====== Data

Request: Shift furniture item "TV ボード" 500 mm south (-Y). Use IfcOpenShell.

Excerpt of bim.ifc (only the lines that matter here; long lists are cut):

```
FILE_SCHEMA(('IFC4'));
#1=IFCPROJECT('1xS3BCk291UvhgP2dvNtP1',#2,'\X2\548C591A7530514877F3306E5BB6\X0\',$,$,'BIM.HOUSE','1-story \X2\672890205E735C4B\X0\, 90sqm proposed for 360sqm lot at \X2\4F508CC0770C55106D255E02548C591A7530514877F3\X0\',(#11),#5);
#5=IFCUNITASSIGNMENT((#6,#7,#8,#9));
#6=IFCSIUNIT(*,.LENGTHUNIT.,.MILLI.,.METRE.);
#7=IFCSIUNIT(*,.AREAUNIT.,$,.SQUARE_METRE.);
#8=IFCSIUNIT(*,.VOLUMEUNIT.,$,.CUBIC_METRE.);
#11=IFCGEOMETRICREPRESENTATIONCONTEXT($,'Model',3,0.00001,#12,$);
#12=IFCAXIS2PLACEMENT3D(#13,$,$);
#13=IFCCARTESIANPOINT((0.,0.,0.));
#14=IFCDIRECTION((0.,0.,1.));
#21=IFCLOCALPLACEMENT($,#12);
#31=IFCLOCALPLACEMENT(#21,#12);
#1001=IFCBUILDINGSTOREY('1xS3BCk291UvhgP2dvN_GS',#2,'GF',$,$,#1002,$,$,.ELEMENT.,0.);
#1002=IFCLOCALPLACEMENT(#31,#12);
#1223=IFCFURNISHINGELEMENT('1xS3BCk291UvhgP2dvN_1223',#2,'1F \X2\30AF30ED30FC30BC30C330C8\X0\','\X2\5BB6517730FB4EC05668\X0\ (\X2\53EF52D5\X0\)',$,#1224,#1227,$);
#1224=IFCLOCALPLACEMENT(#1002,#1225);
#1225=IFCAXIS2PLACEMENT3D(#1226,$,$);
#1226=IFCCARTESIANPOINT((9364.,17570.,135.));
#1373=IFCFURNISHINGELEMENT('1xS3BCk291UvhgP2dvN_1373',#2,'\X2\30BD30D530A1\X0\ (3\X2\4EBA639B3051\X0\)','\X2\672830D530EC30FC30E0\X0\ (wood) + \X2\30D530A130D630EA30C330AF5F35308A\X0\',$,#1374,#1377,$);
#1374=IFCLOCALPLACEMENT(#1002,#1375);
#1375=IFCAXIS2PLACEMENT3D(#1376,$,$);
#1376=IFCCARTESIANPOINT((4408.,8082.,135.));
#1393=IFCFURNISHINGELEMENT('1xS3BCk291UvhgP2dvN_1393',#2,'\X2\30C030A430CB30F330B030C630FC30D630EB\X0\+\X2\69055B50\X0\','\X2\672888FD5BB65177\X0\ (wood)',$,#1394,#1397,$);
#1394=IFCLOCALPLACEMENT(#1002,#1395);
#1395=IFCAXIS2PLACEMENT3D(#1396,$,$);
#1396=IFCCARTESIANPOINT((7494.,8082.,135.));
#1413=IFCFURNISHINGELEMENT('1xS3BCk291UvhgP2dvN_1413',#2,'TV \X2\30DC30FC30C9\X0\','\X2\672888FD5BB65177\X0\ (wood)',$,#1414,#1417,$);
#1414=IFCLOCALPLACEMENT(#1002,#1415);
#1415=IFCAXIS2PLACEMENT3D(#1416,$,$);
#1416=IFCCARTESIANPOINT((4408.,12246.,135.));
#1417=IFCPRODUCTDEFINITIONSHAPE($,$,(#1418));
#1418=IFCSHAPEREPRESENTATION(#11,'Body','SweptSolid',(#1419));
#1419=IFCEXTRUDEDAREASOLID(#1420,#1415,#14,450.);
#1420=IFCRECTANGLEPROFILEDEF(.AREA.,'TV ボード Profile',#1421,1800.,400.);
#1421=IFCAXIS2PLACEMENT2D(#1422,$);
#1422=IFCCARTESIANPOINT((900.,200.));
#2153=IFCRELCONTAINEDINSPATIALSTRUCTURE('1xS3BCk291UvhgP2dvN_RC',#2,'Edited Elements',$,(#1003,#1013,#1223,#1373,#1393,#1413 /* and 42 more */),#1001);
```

```python
import ifcopenshell
import ifcopenshell.api.geometry
import ifcopenshell.util.placement
import ifcopenshell.util.unit

model = ifcopenshell.open("bim.ifc")
unit_scale = ifcopenshell.util.unit.calculate_unit_scale(model)

item = model.by_guid("1xS3BCk291UvhgP2dvN_1413")
matrix = ifcopenshell.util.placement.get_local_placement(item.ObjectPlacement)
matrix[1, 3] -= 0.5 / unit_scale
ifcopenshell.api.geometry.edit_object_placement(model, product=item, matrix=matrix, is_si=False)

print(ifcopenshell.util.placement.get_local_placement(item.ObjectPlacement).round(3) + 0.0)

model.write("bim_edited.ifc")
```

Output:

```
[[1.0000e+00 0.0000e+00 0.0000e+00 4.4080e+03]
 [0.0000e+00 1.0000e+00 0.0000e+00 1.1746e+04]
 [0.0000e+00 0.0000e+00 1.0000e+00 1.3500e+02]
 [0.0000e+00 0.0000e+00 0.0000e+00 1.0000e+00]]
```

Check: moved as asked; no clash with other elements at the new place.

============

■ Activity
In full and word for word, write out the data above.

■ Task answer
Request: Shift furniture item "TV ボード" 500 mm south (-Y). Use IfcOpenShell.

Excerpt of bim.ifc (only the lines that matter here; long lists are cut):

```
FILE_SCHEMA(('IFC4'));
#1=IFCPROJECT('1xS3BCk291UvhgP2dvNtP1',#2,'\X2\548C591A7530514877F3306E5BB6\X0\',$,$,'BIM.HOUSE','1-story \X2\672890205E735C4B\X0\, 90sqm proposed for 360sqm lot at \X2\4F508CC0770C55106D255E02548C591A7530514877F3\X0\',(#11),#5);
#5=IFCUNITASSIGNMENT((#6,#7,#8,#9));
#6=IFCSIUNIT(*,.LENGTHUNIT.,.MILLI.,.METRE.);
#7=IFCSIUNIT(*,.AREAUNIT.,$,.SQUARE_METRE.);
#8=IFCSIUNIT(*,.VOLUMEUNIT.,$,.CUBIC_METRE.);
#11=IFCGEOMETRICREPRESENTATIONCONTEXT($,'Model',3,0.00001,#12,$);
#12=IFCAXIS2PLACEMENT3D(#13,$,$);
#13=IFCCARTESIANPOINT((0.,0.,0.));
#14=IFCDIRECTION((0.,0.,1.));
#21=IFCLOCALPLACEMENT($,#12);
#31=IFCLOCALPLACEMENT(#21,#12);
#1001=IFCBUILDINGSTOREY('1xS3BCk291UvhgP2dvN_GS',#2,'GF',$,$,#1002,$,$,.ELEMENT.,0.);
#1002=IFCLOCALPLACEMENT(#31,#12);
#1223=IFCFURNISHINGELEMENT('1xS3BCk291UvhgP2dvN_1223',#2,'1F \X2\30AF30ED30FC30BC30C330C8\X0\','\X2\5BB6517730FB4EC05668\X0\ (\X2\53EF52D5\X0\)',$,#1224,#1227,$);
#1224=IFCLOCALPLACEMENT(#1002,#1225);
#1225=IFCAXIS2PLACEMENT3D(#1226,$,$);
#1226=IFCCARTESIANPOINT((9364.,17570.,135.));
#1373=IFCFURNISHINGELEMENT('1xS3BCk291UvhgP2dvN_1373',#2,'\X2\30BD30D530A1\X0\ (3\X2\4EBA639B3051\X0\)','\X2\672830D530EC30FC30E0\X0\ (wood) + \X2\30D530A130D630EA30C330AF5F35308A\X0\',$,#1374,#1377,$);
#1374=IFCLOCALPLACEMENT(#1002,#1375);
#1375=IFCAXIS2PLACEMENT3D(#1376,$,$);
#1376=IFCCARTESIANPOINT((4408.,8082.,135.));
#1393=IFCFURNISHINGELEMENT('1xS3BCk291UvhgP2dvN_1393',#2,'\X2\30C030A430CB30F330B030C630FC30D630EB\X0\+\X2\69055B50\X0\','\X2\672888FD5BB65177\X0\ (wood)',$,#1394,#1397,$);
#1394=IFCLOCALPLACEMENT(#1002,#1395);
#1395=IFCAXIS2PLACEMENT3D(#1396,$,$);
#1396=IFCCARTESIANPOINT((7494.,8082.,135.));
#1413=IFCFURNISHINGELEMENT('1xS3BCk291UvhgP2dvN_1413',#2,'TV \X2\30DC30FC30C9\X0\','\X2\672888FD5BB65177\X0\ (wood)',$,#1414,#1417,$);
#1414=IFCLOCALPLACEMENT(#1002,#1415);
#1415=IFCAXIS2PLACEMENT3D(#1416,$,$);
#1416=IFCCARTESIANPOINT((4408.,12246.,135.));
#1417=IFCPRODUCTDEFINITIONSHAPE($,$,(#1418));
#1418=IFCSHAPEREPRESENTATION(#11,'Body','SweptSolid',(#1419));
#1419=IFCEXTRUDEDAREASOLID(#1420,#1415,#14,450.);
#1420=IFCRECTANGLEPROFILEDEF(.AREA.,'TV ボード Profile',#1421,1800.,400.);
#1421=IFCAXIS2PLACEMENT2D(#1422,$);
#1422=IFCCARTESIANPOINT((900.,200.));
#2153=IFCRELCONTAINEDINSPATIALSTRUCTURE('1xS3BCk291UvhgP2dvN_RC',#2,'Edited Elements',$,(#1003,#1013,#1223,#1373,#1393,#1413 /* and 42 more */),#1001);
```

```python
import ifcopenshell
import ifcopenshell.api.geometry
import ifcopenshell.util.placement
import ifcopenshell.util.unit

model = ifcopenshell.open("bim.ifc")
unit_scale = ifcopenshell.util.unit.calculate_unit_scale(model)

item = model.by_guid("1xS3BCk291UvhgP2dvN_1413")
matrix = ifcopenshell.util.placement.get_local_placement(item.ObjectPlacement)
matrix[1, 3] -= 0.5 / unit_scale
ifcopenshell.api.geometry.edit_object_placement(model, product=item, matrix=matrix, is_si=False)

print(ifcopenshell.util.placement.get_local_placement(item.ObjectPlacement).round(3) + 0.0)

model.write("bim_edited.ifc")
```

Output:

```
[[1.0000e+00 0.0000e+00 0.0000e+00 4.4080e+03]
 [0.0000e+00 1.0000e+00 0.0000e+00 1.1746e+04]
 [0.0000e+00 0.0000e+00 1.0000e+00 1.3500e+02]
 [0.0000e+00 0.0000e+00 0.0000e+00 1.0000e+00]]
```

Check: moved as asked; no clash with other elements at the new place.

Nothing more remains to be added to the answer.